Yes, let's look at the formulas, and how we apply them. In steady state flight, we talk about the 4 FORCES of flight. F = kg m/s$^2$ = ma: Lift, Gravity, Thrust, Drag

So why not Kinetic Energy KE = kg m$^2/s^2$ = F × d, or even Power P = kg m$^2/s^3$ = F × d/t?

Because, in describing forces on an aircraft in steady state flight, everything happens in the same distance at the same time, so d/t cancels out, leaving a balance of forces.

However, we can easily determine total drag from the glide ratio.

The energy state of an aircraft is its potential energy mgh + its kinetic energy 1/2mv$^2$. Assuming it maintains constant speed in a glide and flys in a straight line at constant AOA to its landing point, energy consumed is all mgh: kg m$^2$/s$^2$.

There for total drag force × distance = mgh

So if the glide ratio is 10 to 1, total kinetic energy converted from potential energy is around kg m/s$^2$ × distance = kg × gravity (m/s$^2$) × height.

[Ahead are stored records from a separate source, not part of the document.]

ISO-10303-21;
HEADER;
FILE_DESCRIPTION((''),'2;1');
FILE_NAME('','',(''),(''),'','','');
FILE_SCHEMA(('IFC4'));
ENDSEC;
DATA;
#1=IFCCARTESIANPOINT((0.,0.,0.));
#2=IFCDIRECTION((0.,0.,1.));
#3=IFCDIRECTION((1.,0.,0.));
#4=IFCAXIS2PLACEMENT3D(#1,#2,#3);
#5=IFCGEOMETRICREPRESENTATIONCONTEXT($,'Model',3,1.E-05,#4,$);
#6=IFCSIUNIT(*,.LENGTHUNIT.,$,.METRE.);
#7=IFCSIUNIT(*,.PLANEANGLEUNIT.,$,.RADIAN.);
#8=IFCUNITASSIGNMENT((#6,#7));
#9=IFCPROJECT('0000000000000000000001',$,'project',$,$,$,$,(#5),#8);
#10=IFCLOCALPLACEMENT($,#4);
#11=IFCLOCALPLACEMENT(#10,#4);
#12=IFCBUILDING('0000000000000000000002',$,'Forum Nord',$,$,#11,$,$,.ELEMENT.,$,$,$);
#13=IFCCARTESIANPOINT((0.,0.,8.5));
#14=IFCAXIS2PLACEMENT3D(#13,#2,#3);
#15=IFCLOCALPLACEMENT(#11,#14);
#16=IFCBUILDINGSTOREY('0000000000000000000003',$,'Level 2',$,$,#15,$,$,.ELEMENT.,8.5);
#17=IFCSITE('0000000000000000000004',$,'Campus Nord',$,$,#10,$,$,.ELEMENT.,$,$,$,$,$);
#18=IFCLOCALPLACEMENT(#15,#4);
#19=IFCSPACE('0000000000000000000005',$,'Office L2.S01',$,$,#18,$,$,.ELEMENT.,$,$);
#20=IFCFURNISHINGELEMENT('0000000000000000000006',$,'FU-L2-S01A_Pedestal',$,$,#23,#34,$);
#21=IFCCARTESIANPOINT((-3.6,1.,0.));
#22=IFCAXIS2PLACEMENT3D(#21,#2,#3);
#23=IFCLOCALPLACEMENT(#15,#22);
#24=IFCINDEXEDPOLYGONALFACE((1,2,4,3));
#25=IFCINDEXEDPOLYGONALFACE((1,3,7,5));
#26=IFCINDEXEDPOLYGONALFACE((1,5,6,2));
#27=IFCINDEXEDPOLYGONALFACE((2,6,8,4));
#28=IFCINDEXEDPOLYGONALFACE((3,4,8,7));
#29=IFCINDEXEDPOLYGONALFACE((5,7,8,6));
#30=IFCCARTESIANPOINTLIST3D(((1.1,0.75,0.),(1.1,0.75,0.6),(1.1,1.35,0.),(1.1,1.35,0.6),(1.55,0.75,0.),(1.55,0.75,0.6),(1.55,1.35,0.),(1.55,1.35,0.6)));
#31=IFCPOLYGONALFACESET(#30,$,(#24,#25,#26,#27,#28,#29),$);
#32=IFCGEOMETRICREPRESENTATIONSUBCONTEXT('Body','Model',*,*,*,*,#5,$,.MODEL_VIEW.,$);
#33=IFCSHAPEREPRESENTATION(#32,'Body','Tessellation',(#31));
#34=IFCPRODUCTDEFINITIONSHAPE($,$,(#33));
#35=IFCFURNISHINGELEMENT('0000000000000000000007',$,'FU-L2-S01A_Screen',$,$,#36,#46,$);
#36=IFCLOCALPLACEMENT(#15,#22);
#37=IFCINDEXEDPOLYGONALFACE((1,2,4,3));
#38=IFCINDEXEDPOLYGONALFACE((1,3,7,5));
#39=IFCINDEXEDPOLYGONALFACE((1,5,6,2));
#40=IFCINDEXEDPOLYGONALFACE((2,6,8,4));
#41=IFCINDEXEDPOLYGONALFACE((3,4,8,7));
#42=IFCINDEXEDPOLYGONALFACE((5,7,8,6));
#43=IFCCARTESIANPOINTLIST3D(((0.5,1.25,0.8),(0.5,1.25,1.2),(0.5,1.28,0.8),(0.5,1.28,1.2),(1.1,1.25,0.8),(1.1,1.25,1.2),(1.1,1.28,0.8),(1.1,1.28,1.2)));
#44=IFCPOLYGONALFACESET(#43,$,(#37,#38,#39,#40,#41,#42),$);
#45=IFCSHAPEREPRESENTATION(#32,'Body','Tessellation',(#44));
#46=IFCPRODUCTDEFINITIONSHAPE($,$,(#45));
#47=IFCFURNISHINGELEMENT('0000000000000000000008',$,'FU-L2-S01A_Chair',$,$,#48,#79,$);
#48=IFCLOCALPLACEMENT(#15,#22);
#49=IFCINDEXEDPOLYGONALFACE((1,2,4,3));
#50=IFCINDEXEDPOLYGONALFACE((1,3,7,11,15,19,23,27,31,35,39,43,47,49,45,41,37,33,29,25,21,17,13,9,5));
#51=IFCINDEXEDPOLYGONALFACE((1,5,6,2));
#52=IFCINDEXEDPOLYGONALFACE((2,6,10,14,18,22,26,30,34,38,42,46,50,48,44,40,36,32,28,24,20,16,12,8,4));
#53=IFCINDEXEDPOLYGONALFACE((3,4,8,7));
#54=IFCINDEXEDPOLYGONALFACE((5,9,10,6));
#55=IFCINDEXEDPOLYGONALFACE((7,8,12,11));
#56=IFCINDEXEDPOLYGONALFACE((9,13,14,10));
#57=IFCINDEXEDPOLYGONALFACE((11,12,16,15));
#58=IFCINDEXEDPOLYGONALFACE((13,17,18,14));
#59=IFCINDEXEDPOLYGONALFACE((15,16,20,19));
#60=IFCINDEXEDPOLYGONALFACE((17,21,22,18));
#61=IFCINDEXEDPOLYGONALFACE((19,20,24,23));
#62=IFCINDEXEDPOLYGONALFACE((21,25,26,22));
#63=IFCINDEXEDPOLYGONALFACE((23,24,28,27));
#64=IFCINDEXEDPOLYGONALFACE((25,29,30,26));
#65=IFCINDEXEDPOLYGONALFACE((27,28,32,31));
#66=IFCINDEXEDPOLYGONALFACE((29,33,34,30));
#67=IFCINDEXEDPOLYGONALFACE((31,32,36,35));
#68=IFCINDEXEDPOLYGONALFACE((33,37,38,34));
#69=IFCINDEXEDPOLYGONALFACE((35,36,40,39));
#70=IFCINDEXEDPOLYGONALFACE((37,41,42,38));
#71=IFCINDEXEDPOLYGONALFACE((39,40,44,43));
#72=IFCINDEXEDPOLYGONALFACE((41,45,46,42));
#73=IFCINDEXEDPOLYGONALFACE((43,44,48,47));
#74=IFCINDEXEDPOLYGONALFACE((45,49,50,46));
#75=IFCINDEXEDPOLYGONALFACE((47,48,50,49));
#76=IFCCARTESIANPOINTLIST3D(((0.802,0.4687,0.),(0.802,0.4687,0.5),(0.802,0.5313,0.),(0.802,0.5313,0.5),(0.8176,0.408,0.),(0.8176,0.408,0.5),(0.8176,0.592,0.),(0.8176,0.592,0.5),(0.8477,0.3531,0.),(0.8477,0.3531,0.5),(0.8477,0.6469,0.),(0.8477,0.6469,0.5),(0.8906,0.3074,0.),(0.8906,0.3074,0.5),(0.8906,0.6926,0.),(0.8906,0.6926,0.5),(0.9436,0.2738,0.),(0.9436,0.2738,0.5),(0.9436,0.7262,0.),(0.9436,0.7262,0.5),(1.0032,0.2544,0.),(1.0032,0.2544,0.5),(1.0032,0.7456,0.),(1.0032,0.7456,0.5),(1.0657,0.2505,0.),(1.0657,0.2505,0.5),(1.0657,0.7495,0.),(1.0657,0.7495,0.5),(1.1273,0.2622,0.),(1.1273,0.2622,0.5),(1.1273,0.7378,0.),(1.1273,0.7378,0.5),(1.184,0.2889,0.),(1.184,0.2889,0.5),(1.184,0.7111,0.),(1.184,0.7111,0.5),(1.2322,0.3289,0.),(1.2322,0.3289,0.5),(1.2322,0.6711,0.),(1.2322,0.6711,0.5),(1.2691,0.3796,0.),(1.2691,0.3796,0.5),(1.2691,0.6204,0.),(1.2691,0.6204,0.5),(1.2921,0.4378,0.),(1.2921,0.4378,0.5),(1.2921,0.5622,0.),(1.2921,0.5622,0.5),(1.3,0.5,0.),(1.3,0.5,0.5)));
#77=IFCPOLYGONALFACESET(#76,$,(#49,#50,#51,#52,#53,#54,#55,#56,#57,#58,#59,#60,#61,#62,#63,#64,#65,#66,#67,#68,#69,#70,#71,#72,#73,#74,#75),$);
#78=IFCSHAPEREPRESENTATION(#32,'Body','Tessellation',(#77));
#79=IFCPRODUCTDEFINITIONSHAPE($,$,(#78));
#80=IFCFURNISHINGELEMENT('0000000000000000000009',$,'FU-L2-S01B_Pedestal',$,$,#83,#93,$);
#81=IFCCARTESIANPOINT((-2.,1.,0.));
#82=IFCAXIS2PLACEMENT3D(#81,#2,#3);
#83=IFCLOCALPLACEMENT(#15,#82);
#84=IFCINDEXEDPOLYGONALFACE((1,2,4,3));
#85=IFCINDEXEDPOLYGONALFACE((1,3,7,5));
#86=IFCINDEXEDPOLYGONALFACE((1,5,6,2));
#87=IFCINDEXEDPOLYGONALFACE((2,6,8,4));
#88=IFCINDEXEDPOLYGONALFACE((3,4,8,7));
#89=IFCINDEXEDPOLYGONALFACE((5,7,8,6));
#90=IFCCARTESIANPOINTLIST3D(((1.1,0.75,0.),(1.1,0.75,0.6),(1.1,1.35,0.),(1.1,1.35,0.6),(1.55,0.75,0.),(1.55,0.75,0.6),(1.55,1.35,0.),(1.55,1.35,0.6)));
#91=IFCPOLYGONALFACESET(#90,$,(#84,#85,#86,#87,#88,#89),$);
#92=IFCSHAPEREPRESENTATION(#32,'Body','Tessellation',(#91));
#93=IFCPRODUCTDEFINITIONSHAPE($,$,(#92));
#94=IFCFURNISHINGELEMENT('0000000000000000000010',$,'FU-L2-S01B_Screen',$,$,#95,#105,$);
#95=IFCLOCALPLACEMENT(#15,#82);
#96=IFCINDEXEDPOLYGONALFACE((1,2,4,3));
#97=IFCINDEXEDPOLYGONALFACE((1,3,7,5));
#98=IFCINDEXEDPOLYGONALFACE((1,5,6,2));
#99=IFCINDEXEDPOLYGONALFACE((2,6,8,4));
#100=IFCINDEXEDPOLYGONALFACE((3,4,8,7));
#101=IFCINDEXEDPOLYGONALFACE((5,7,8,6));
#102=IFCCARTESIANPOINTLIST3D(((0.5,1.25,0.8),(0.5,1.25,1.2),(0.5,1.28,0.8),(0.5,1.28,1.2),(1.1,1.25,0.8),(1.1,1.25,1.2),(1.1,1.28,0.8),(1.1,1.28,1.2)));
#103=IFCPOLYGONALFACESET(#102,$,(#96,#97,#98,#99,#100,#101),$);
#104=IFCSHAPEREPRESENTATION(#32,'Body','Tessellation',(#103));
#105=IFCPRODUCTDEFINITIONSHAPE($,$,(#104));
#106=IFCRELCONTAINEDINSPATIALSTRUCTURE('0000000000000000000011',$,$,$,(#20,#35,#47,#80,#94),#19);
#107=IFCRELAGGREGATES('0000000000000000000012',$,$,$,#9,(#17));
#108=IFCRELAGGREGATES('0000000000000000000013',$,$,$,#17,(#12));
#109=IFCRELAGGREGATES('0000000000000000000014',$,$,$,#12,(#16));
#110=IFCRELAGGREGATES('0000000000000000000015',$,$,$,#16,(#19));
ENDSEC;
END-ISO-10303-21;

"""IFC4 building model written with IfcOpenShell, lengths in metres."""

from ifc_helpers import new_model, si_unit, frame, frame_2d, origin_with_axes, place, context, subcontext, project, spatial, rectangle, circle, extrude, element, save


model = new_model("IFC4")

# Units and contexts
model_context = context("Model", 3, precision=1e-05, world=origin_with_axes())
body_context = subcontext(model_context, "Body", "Model", "MODEL_VIEW")
ifc_project = project(units=[si_unit("LENGTHUNIT", "METRE"), si_unit("PLANEANGLEUNIT", "RADIAN")], contexts=[model_context])

# Site, building, storey
site_placement = place(None, origin_with_axes())
site = spatial("IfcSite", under=ifc_project, at=site_placement, Name="Campus Nord", CompositionType="ELEMENT")
building_placement = place(site_placement, origin_with_axes())
building = spatial("IfcBuilding", under=site, at=building_placement, Name="Forum Nord", CompositionType="ELEMENT")
storey_placement = place(building_placement, frame((0.0, 0.0, 8.5), z_axis=(0.0, 0.0, 1.0), x_axis=(1.0, 0.0, 0.0)))
storey = spatial("IfcBuildingStorey", under=building, at=storey_placement, Name="Level 2", CompositionType="ELEMENT", Elevation=8.5)

# Shared definitions
space_placement = place(storey_placement, origin_with_axes())
space = spatial("IfcSpace", under=storey, at=space_placement, Name="Office L2.S01", CompositionType="ELEMENT")

# Furnishing elements
furnishing_1_placement = place(storey_placement, frame((-3.6, 1.0, 0.0), z_axis=(0.0, 0.0, 1.0), x_axis=(1.0, 0.0, 0.0)))
element("IfcFurnishingElement", 1, at=furnishing_1_placement, inside=space, Name="FU-L2-S01A_Pedestal", context=body_context, shape_type="SweptSolid", body=[
    extrude(rectangle(XDim=0.45, YDim=0.6, at=frame_2d((1.325, 1.05), x_axis=(1.0, 0.0))), origin_with_axes(), (0.0, 0.0, 1.0), 0.6),
])
furnishing_2_placement = place(storey_placement, frame((-3.6, 1.0, 0.0), z_axis=(0.0, 0.0, 1.0), x_axis=(1.0, 0.0, 0.0)))
element("IfcFurnishingElement", 2, at=furnishing_2_placement, inside=space, Name="FU-L2-S01A_Screen", context=body_context, shape_type="SweptSolid", body=[
    extrude(rectangle(XDim=0.6, YDim=0.03, at=frame_2d((0.8, 1.265), x_axis=(1.0, 0.0))), frame((0.0, 0.0, 0.8), z_axis=(0.0, 0.0, 1.0), x_axis=(1.0, 0.0, 0.0)), (0.0, 0.0, 1.0), 0.4),
])
furnishing_3_placement = place(storey_placement, frame((-3.6, 1.0, 0.0), z_axis=(0.0, 0.0, 1.0), x_axis=(1.0, 0.0, 0.0)))
element("IfcFurnishingElement", 3, at=furnishing_3_placement, inside=space, Name="FU-L2-S01A_Chair", context=body_context, shape_type="SweptSolid", body=[
    extrude(circle(Radius=0.25, at=frame_2d((1.05, 0.5), x_axis=(1.0, 0.0))), origin_with_axes(), (0.0, 0.0, 1.0), 0.5),
])
furnishing_4_placement = place(storey_placement, frame((-2.0, 1.0, 0.0), z_axis=(0.0, 0.0, 1.0), x_axis=(1.0, 0.0, 0.0)))
element("IfcFurnishingElement", 4, at=furnishing_4_placement, inside=space, Name="FU-L2-S01B_Pedestal", context=body_context, shape_type="SweptSolid", body=[
    extrude(rectangle(XDim=0.45, YDim=0.6, at=frame_2d((1.325, 1.05), x_axis=(1.0, 0.0))), origin_with_axes(), (0.0, 0.0, 1.0), 0.6),
])
furnishing_5_placement = place(storey_placement, frame((-2.0, 1.0, 0.0), z_axis=(0.0, 0.0, 1.0), x_axis=(1.0, 0.0, 0.0)))
element("IfcFurnishingElement", 5, at=furnishing_5_placement, inside=space, Name="FU-L2-S01B_Screen", context=body_context, shape_type="SweptSolid", body=[
    extrude(rectangle(XDim=0.6, YDim=0.03, at=frame_2d((0.8, 1.265), x_axis=(1.0, 0.0))), frame((0.0, 0.0, 0.8), z_axis=(0.0, 0.0, 1.0), x_axis=(1.0, 0.0, 0.0)), (0.0, 0.0, 1.0), 0.4),
])

save(model, "model.ifc")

Canceling units we have, for a 1000 lb airplane (thrust = drag): 100 lbs of thrust force is required for level flight.

To determine lift to drag ratios, we move to the wind tunnel, and develop data points for the formula Ctotal drag = Cdrag form + Cdrag induced. As seen in Peter Kampf's graph, this will vary depending on airspeed and angle of attack.

A better wing will have a higher lift to total drag ratio, and considering that these are aircraft, a better question may be how much "forward energy" is lost NOT creating lift.

Drag is a product of motion, and apportioned to lifting AND moving forward, nothing is wasted or lost. "Forward energy" is thrust × distance. What one can do next is to begin to work on efficiency, so one may need less to go as high and as far.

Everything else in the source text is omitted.